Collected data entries
# # # # # # #

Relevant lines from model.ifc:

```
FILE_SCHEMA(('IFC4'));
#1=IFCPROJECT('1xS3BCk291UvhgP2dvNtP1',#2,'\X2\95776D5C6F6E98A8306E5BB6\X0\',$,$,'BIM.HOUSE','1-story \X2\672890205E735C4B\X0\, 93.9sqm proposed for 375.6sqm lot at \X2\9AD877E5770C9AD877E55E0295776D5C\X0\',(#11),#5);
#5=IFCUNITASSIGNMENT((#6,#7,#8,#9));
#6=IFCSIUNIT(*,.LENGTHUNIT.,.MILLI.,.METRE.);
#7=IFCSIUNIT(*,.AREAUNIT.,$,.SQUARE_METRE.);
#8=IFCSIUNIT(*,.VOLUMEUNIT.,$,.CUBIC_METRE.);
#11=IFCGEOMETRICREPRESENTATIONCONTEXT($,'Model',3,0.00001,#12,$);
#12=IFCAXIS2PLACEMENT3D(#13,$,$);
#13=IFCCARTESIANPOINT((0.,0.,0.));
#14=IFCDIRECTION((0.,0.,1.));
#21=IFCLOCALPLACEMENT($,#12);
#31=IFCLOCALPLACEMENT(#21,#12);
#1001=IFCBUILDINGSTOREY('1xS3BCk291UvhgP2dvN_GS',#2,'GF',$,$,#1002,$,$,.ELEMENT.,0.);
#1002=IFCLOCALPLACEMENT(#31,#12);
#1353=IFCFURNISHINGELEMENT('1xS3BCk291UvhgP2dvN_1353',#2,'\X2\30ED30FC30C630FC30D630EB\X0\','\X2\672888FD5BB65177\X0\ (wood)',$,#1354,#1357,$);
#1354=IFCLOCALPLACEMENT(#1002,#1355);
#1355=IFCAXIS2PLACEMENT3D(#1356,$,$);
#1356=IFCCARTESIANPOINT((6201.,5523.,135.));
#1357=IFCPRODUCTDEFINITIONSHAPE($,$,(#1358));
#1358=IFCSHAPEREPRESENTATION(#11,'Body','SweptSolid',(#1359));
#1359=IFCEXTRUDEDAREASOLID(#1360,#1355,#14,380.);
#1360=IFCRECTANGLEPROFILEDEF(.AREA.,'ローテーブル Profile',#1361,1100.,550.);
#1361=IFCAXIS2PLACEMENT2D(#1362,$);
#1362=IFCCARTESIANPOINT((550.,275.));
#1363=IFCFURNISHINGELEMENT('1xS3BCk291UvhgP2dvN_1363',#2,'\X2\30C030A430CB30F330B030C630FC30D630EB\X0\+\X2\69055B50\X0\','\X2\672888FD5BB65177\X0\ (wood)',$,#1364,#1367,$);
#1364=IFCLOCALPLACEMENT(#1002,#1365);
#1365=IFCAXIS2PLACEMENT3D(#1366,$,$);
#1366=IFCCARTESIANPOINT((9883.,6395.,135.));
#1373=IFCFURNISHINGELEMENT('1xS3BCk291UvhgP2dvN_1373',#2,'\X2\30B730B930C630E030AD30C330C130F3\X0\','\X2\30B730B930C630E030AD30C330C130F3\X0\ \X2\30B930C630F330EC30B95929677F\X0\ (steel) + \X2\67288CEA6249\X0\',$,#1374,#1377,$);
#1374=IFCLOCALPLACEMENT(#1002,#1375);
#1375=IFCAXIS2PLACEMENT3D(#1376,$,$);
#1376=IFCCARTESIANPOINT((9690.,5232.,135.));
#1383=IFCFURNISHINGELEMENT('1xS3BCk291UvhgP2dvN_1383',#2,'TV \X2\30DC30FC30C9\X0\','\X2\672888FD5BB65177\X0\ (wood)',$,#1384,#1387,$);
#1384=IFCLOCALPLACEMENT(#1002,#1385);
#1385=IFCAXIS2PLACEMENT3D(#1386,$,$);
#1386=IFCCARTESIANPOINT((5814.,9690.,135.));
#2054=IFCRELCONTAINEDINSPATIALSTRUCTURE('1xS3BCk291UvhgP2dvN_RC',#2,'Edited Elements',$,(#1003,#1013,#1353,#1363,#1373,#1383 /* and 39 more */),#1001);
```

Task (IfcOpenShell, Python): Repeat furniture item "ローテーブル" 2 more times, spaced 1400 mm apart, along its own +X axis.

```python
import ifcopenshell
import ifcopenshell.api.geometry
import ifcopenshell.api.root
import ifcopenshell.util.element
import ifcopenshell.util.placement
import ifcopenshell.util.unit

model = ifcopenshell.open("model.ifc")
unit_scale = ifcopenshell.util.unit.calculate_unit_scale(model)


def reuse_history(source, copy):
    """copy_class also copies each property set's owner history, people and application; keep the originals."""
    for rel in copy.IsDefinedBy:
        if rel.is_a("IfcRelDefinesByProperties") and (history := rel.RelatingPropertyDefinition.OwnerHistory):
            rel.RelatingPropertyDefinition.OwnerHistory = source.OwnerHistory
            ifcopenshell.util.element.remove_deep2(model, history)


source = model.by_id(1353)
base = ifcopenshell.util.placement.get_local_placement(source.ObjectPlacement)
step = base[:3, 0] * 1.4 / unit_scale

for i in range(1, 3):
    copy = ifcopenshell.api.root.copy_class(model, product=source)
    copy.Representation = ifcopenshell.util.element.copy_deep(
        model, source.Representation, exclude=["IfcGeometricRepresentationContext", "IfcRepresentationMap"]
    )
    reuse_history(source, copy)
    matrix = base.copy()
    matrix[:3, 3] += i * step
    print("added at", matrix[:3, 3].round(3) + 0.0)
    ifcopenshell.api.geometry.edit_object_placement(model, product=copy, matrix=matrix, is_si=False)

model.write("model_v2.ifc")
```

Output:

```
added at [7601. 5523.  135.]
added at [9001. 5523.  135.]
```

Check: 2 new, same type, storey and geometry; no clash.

# # # # # # #

▶ Activity
Say how many lines in the entries above contain the string "IFCSIUNIT". Give the number by itself.

▶ Answer for the task
3